Currently, a limited number of compounds have shown clinical efficacy in the treatment of IBD. These include corticosteroids, 5-aminosalicylic acid (5-ASA), methotrexate (MTX) and 6-mercaptopurine (6-MP).15-17 Studies in animal models of intestinal inflammation have shown that some of these agents can profoundly attenuate the recruitment of leucocytes,18 ,19raising the possibility that these drugs might exert their beneficial effects by inhibiting the expression of ECAMs.

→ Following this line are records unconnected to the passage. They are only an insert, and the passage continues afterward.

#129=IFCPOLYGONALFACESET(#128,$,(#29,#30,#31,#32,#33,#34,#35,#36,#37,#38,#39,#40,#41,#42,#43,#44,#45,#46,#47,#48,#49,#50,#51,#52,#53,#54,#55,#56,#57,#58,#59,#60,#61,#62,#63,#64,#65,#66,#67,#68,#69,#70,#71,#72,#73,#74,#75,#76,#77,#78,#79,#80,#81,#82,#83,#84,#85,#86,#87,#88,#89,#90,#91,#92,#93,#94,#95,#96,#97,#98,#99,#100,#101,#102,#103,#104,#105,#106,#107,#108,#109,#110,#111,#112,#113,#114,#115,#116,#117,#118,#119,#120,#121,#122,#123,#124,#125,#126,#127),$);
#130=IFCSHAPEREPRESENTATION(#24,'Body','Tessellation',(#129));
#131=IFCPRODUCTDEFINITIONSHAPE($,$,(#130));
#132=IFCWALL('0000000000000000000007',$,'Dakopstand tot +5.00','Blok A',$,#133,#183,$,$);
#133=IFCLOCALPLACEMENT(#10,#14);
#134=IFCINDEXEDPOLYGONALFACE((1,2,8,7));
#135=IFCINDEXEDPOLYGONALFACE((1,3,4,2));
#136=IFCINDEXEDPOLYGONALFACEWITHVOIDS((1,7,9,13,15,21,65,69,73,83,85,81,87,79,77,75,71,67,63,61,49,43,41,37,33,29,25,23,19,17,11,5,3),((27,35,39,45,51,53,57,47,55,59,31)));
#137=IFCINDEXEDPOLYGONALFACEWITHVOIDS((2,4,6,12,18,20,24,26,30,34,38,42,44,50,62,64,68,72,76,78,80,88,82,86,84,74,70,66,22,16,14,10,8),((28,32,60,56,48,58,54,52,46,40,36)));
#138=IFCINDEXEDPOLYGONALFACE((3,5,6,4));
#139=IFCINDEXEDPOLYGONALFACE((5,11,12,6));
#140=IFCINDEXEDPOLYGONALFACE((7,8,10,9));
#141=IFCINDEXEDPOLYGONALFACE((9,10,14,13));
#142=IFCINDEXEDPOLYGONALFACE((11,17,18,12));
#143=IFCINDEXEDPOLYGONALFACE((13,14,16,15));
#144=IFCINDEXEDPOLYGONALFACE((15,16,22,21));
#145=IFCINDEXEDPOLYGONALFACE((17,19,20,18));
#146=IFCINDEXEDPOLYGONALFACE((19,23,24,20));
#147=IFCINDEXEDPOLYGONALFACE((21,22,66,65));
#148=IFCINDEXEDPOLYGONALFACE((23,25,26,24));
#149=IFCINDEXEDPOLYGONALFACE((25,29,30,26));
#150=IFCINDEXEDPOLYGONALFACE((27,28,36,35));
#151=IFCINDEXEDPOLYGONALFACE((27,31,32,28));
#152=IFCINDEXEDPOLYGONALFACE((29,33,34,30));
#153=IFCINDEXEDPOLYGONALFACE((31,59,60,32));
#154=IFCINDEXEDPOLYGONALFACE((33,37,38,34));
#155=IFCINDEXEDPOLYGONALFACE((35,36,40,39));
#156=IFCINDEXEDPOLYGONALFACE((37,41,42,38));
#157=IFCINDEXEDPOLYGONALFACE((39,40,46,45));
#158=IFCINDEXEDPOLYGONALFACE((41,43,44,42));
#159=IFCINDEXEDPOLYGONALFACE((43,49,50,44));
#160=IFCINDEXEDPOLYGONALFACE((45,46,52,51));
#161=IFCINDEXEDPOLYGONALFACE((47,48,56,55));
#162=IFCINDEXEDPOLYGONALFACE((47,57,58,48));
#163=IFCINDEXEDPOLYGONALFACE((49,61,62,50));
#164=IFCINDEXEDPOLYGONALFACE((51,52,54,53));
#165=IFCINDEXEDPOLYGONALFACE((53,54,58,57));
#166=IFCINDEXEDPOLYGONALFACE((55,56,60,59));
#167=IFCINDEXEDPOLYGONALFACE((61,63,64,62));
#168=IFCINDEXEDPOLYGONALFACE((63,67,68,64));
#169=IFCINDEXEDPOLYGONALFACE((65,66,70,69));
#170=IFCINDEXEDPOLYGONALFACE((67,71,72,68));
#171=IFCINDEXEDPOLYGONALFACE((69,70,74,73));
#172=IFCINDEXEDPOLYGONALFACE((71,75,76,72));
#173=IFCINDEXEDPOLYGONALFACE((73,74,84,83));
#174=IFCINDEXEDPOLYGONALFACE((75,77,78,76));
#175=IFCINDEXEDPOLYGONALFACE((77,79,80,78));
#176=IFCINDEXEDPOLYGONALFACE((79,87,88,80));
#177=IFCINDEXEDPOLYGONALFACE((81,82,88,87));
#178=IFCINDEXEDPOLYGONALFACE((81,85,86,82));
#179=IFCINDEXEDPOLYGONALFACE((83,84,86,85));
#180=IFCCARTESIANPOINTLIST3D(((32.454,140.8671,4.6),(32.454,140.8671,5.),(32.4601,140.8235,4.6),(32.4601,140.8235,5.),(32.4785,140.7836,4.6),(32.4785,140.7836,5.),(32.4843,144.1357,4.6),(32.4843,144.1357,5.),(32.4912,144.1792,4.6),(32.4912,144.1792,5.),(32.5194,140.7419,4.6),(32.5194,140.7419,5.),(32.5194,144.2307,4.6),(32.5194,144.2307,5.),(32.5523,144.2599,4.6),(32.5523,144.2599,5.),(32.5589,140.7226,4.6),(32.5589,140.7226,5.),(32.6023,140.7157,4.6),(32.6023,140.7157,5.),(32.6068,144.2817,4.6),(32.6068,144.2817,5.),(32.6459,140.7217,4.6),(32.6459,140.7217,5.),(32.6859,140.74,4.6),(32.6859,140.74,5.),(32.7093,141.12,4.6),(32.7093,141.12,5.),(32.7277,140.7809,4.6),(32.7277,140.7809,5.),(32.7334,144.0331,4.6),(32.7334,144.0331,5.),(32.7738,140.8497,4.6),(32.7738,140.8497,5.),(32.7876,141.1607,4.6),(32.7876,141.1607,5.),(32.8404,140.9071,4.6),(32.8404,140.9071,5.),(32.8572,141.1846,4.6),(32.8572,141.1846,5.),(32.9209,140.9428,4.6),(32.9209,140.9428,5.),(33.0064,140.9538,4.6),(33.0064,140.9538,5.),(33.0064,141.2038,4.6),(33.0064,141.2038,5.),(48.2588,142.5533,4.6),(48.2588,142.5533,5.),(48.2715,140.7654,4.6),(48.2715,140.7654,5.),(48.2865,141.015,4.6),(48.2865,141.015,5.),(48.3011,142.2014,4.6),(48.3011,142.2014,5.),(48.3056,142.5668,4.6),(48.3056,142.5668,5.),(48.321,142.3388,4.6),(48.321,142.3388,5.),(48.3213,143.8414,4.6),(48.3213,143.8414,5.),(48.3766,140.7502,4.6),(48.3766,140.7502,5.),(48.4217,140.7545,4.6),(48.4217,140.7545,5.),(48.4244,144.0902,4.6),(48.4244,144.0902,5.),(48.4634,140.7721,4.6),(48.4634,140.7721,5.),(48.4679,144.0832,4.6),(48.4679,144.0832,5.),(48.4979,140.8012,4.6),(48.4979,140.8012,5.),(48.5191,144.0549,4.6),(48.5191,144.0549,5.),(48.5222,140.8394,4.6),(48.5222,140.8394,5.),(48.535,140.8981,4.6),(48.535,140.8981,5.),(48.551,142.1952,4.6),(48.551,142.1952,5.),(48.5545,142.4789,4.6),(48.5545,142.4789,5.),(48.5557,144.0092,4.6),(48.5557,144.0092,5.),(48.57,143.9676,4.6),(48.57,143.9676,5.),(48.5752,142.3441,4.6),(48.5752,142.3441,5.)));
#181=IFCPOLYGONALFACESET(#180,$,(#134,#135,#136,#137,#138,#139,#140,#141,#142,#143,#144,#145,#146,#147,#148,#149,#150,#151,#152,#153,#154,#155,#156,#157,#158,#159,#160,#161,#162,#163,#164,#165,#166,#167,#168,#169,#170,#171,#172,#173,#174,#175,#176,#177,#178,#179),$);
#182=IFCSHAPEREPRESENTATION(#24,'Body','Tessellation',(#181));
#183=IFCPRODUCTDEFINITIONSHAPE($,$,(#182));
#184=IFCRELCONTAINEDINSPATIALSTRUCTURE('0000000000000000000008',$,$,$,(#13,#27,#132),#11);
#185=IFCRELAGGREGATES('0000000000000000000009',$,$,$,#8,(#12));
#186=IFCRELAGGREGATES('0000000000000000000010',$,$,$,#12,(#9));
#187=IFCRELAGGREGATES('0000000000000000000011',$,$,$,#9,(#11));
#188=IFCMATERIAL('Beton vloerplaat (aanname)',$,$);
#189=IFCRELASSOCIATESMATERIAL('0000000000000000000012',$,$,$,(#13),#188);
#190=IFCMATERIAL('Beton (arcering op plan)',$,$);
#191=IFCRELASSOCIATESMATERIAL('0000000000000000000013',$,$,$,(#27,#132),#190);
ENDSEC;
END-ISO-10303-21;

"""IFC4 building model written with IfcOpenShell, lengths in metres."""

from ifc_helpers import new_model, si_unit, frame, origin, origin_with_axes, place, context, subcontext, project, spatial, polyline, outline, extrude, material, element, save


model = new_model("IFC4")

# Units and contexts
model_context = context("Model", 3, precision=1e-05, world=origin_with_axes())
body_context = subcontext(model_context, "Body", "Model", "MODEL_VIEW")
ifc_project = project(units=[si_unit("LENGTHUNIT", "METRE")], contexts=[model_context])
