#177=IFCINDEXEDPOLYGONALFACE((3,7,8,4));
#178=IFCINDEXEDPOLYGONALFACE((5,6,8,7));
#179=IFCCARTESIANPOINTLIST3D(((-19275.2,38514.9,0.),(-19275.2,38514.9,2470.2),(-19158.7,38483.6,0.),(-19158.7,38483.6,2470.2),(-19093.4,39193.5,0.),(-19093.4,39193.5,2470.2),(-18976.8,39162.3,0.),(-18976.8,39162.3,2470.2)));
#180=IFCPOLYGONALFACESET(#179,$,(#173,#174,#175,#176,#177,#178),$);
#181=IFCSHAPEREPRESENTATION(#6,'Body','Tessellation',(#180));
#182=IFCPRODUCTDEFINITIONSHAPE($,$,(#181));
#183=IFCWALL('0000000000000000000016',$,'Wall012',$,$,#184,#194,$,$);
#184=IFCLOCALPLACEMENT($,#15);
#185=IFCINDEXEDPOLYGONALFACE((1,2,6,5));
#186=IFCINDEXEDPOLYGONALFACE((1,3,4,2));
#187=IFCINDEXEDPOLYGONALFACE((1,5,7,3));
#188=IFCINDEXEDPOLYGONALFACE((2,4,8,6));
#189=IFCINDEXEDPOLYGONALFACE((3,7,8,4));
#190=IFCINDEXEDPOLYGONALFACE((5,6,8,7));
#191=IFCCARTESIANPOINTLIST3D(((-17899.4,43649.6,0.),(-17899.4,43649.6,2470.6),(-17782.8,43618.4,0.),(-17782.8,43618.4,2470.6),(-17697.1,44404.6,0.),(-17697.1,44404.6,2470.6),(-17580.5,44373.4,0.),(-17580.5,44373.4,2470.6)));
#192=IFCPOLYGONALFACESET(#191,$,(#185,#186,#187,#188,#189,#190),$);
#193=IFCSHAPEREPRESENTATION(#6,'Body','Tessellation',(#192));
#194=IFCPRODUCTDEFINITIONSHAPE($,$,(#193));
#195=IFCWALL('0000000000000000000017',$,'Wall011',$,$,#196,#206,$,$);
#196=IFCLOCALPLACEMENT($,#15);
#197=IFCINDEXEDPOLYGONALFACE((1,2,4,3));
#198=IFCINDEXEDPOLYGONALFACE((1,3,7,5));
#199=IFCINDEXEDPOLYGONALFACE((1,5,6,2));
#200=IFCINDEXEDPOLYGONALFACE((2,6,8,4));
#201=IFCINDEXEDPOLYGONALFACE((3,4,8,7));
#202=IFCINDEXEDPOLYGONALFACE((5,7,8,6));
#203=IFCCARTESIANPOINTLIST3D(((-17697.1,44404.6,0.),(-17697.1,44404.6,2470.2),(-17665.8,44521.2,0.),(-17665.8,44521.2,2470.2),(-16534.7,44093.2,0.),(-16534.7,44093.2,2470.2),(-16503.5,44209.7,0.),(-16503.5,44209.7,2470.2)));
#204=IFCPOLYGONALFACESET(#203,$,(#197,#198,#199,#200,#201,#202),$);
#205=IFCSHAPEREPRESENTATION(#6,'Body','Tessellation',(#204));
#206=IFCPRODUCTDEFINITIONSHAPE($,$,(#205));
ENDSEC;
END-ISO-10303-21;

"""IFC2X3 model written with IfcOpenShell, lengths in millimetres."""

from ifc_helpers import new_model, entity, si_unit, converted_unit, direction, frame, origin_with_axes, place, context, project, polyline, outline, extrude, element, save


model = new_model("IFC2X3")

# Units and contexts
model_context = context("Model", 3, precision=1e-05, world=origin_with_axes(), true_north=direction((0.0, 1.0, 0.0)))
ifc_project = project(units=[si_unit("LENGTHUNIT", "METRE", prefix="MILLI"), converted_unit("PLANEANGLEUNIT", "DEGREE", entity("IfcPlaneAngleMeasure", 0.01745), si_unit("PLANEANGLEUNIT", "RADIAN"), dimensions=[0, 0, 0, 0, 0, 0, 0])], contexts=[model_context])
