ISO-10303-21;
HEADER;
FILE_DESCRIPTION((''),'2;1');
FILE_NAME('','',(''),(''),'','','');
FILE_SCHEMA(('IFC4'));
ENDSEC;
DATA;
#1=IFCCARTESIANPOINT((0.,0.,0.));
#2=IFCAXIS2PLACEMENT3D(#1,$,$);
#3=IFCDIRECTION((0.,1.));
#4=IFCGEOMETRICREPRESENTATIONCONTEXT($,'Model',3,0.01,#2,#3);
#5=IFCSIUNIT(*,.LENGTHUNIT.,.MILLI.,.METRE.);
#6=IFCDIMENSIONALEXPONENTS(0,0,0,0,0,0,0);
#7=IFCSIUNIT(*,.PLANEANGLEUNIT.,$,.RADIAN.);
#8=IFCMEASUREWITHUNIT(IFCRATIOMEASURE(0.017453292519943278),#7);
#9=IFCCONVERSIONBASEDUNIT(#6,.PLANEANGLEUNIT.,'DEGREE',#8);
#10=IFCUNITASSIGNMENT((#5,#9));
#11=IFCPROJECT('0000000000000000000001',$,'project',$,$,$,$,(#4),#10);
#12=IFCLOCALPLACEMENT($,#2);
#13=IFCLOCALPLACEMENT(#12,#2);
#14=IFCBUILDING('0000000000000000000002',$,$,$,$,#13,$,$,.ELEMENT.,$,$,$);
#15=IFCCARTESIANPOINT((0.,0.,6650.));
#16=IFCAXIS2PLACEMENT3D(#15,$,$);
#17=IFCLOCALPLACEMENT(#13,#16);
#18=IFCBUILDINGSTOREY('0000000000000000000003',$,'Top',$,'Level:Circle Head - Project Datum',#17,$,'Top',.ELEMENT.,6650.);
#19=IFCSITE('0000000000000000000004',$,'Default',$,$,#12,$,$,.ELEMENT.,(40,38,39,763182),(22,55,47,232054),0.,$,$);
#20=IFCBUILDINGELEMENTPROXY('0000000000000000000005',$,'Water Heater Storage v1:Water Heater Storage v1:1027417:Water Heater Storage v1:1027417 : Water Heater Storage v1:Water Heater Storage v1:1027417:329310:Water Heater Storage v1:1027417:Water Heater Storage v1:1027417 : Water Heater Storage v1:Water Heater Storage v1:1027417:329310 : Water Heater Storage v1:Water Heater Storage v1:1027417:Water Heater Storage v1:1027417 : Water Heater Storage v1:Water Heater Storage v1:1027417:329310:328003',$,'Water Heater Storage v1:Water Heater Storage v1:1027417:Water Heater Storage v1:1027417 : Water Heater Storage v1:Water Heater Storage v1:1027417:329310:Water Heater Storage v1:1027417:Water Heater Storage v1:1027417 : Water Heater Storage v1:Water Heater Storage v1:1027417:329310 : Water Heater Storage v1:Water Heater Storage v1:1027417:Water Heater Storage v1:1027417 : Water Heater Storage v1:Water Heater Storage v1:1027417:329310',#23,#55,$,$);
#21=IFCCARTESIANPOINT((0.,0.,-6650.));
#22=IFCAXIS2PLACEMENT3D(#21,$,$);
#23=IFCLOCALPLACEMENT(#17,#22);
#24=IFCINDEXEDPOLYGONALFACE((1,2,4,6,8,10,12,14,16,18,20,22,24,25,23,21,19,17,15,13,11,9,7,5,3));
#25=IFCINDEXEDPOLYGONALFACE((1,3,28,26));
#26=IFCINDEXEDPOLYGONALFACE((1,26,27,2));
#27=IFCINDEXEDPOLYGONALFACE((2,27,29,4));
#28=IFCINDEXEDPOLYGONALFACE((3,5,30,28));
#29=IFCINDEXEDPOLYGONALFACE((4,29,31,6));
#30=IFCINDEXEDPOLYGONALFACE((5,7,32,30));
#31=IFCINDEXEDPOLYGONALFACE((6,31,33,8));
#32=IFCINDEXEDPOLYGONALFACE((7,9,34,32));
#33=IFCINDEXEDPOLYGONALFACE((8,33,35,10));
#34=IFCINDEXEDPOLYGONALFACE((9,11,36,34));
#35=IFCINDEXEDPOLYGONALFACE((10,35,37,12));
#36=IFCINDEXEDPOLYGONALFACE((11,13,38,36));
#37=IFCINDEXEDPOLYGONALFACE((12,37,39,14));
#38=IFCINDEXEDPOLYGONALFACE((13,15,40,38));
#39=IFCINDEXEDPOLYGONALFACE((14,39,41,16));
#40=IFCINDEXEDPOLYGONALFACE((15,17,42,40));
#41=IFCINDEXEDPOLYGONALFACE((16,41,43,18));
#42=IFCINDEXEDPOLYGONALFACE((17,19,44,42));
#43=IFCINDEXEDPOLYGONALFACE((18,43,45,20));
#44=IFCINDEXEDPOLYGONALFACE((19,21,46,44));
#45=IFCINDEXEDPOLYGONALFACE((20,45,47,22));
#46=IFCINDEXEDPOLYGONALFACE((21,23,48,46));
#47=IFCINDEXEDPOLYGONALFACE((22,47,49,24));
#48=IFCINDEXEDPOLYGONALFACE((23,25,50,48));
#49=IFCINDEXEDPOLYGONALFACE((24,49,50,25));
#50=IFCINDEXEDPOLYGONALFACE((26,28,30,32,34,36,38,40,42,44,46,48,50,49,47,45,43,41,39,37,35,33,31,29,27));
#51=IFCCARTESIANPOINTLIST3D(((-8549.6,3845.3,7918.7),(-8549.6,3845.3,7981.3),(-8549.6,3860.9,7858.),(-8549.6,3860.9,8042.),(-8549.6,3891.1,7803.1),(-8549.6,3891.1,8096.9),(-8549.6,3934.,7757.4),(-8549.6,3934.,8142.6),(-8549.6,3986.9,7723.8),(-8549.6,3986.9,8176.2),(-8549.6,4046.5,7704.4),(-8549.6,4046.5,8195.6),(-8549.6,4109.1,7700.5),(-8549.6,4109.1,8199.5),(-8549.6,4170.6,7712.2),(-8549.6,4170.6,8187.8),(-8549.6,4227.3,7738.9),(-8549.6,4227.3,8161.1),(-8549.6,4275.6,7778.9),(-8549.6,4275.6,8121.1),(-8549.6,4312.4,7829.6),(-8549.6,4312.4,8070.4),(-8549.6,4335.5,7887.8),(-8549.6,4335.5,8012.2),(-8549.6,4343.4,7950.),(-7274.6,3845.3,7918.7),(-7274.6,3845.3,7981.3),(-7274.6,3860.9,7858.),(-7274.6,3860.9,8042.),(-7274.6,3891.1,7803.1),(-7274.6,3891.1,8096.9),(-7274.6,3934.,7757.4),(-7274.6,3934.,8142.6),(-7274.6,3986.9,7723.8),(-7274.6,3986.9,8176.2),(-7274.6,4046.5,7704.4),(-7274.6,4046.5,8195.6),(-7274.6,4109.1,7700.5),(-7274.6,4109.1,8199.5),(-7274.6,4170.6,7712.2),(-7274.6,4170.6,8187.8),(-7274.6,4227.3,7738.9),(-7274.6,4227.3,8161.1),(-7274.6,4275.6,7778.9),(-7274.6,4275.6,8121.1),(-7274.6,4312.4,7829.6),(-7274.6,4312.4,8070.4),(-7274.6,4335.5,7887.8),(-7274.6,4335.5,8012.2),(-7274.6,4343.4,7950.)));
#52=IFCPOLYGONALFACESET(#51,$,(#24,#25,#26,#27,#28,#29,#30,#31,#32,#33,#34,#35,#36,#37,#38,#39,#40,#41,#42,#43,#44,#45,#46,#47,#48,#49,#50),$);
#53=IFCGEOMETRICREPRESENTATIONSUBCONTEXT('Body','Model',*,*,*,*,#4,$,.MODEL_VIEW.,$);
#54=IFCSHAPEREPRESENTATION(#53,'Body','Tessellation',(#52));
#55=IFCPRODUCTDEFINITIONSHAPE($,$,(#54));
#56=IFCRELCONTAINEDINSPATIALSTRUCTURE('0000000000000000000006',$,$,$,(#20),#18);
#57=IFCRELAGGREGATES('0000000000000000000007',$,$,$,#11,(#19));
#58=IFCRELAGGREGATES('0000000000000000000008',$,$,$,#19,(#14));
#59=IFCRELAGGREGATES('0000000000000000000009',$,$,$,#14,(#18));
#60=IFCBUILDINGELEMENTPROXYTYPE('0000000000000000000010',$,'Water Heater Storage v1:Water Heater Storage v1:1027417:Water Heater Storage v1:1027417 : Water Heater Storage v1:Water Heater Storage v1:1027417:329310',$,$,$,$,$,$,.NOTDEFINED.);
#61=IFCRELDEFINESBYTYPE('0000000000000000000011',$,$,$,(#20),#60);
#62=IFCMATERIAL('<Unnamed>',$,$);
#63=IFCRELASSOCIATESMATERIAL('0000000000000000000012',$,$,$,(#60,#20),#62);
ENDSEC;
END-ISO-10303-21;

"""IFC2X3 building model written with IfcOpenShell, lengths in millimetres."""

from ifc_helpers import new_model, entity, si_unit, converted_unit, direction, frame, frame_2d, origin, place, context, subcontext, project, spatial, circle, extrude, source, transform, mapped, material, type_object, type_shapes, element, save


model = new_model("IFC2X3")

# Units and contexts
model_context = context("Model", 3, precision=0.01, world=origin(), true_north=direction((0.0, 1.0)))
body_context = subcontext(model_context, "Body", "Model", "MODEL_VIEW")
ifc_project = project(units=[si_unit("LENGTHUNIT", "METRE", prefix="MILLI"), converted_unit("PLANEANGLEUNIT", "DEGREE", entity("IfcRatioMeasure", 0.017453292519943278), si_unit("PLANEANGLEUNIT", "RADIAN"), dimensions=[0, 0, 0, 0, 0, 0, 0])], contexts=[model_context])

# Site, building, storey
site_placement = place(None, origin())
site = spatial("IfcSite", under=ifc_project, at=site_placement, Name="Default", CompositionType="ELEMENT", RefLatitude=(40, 38, 39, 763182), RefLongitude=(22, 55, 47, 232054), RefElevation=0.0)
building_placement = place(site_placement, origin())
building = spatial("IfcBuilding", under=site, at=building_placement, CompositionType="ELEMENT")
storey_placement = place(building_placement, frame((0.0, 0.0, 6650.0)))
storey = spatial("IfcBuildingStorey", under=building, at=storey_placement, Name="Top", ObjectType="Level:Circle Head - Project Datum", LongName="Top", CompositionType="ELEMENT", Elevation=6650.0)

# Building element proxy
ifc_material_1 = material(Name="<Unnamed>")
building_element_proxy_type_1 = type_object("IfcBuildingElementProxyType", Name="Water Heater Storage v1:Water Heater Storage v1:1027417:Water Heater Storage v1:1027417 : Water Heater Storage v1:Water Heater Storage v1:1027417:329310", PredefinedType="NOTDEFINED", material=ifc_material_1)
shared_shape_1 = source(origin(), body_context, "Body", "SweptSolid", [
    extrude(circle(Radius=250.0, at=frame_2d((0.0, 0.0), x_axis=(1.0, 0.0))), frame((-8549.6, 4093.4, 7950.0), z_axis=(1.0, 0.0, 0.0), x_axis=(0.0, 1.0, 0.0)), (0.0, 0.0, 1.0), 1275.0),
])
type_shapes(building_element_proxy_type_1, [shared_shape_1])
proxy_1_placement = place(storey_placement, frame((0.0, 0.0, -6650.0)))
element("IfcBuildingElementProxy", 1, at=proxy_1_placement, inside=storey, type_object=building_element_proxy_type_1, material=ifc_material_1, Name="Water Heater Storage v1:Water Heater Storage v1:1027417:Water Heater Storage v1:1027417 : Water Heater Storage v1:Water Heater Storage v1:1027417:329310:Water Heater Storage v1:1027417:Water Heater Storage v1:1027417 : Water Heater Storage v1:Water Heater Storage v1:1027417:329310 : Water Heater Storage v1:Water Heater Storage v1:1027417:Water Heater Storage v1:1027417 : Water Heater Storage v1:Water Heater Storage v1:1027417:329310:328003", ObjectType="Water Heater Storage v1:Water Heater Storage v1:1027417:Water Heater Storage v1:1027417 : Water Heater Storage v1:Water Heater Storage v1:1027417:329310:Water Heater Storage v1:1027417:Water Heater Storage v1:1027417 : Water Heater Storage v1:Water Heater Storage v1:1027417:329310 : Water Heater Storage v1:Water Heater Storage v1:1027417:Water Heater Storage v1:1027417 : Water Heater Storage v1:Water Heater Storage v1:1027417:329310", context=body_context, shape_type="MappedRepresentation", body=[
    mapped(shared_shape_1, transform((0.0, 0.0, 0.0), scale=1.0)),
])

save(model, "model.ifc")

Recently, a novel approach has been developed to quantify the expression of ECAMs in different vascular beds of the rat and mouse.12-14 This technique, based on the use of radiolabelled monoclonal antibodies directed against specific adhesion glycoproteins, has been used in studies designed to define the influence of cytokines and bacterial endotoxin on the expression of P- and E-selectin, ICAM-1, and VCAM-1 in the gastrointestinal vasculature. In the present study, the dual radiolabelled monoclonal antibody technique was used to determine whether drugs that are commonly used for the treatment of IBD—that is corticosteroids, 5-ASA, MTX, and 6-MP, alter the expression of ECAMs elicited bySalmonella abortus equii.
Methods
MONOCLONAL ANTIBODIES
The binding monoclonal antibodies used for the in vivo assessment of P-selectin, E-selectin, ICAM-1, and VCAM-1 expression were: RB40.34, a rat IgG1 against mouse P-selectin (PharMingen Inc., San Diego, California, USA)13 ,20; 10E6, a rat IgG2 against mouse E-selectin13 ,21; YN-1, a rat IgG2b directed against mouse ICAM-1 (provided by Bayer Corporation, West Haven, Connecticut, USA)14 ,22; and MK1.9.1, a rat IgG1 targeted against mouse VCAM-1 (provided by Bayer Corporation, West Haven, Connecticut, USA).14 ,23 ,24 P-23, a non-binding murine IgG1 against human P-selectin (Pharmacia-Upjohn, Kalamazoo, Michigan, USA) was also used in the experimental protocols.25
RADIO-IODINATION OF THE MONOCLONAL ANTIBODIES
All the binding monoclonal antibodies, RB40.34, 10E6, YN-1, and MK1.9.1, and the non-binding monoclonal antibody, P-23, were radiolabelled with 125I and 131I (Du Pont NEN, Boston, Massachusetts, USA) respectively, using the iodogen method.26 Briefly, 250 μg of protein was incubated with 250 μCi of sodium 125I (or sodium 131I) and 125 μg of iodogen at 4°C for 12 minutes. Phosphate buffered saline (PBS) was added to bring the total volume to 2.5 ml. The radiolabelled monoclonal antibody was then separated from free 125I by gel filtration on a Sephadex PD-10 column (Pharmacia LKB, Uppsala, Sweden). Phosphate buffer with 1% bovine serum albumin (BSA) was used to equilibrate the column and to elute the radiolabelled antibody. Two 2.5 ml fractions were collected with the second fraction containing the labelled monoclonal antibody. This technique has been previously used for the preparation of both antirat and antimouse ECAM binding monoclonal antibodies.12-14 Radiolabelled monoclonal antibodies were stored at 4°C. The monoclonal antibodies were dialysed at two week intervals after labelling to ensure minimal free radioactive iodine in the injection. However, less than 1% of the total activity of the protein fraction was recovered after extensive dialysis.
ANIMALS AND MATERIALS
Male C57Bl/6J mice (n=148) at 8–10 weeks of age were obtained from Harlan Sprague-Dawley, Inc. (Frederick, Maryland, USA) and maintained on normal rodent chow. Lipopolysaccharide (LPS) derived fromSalmonella abortus equii, and all chemicals used in buffer solutions were obtained from Sigma Chemical Co. (St Louis, Missouri, USA).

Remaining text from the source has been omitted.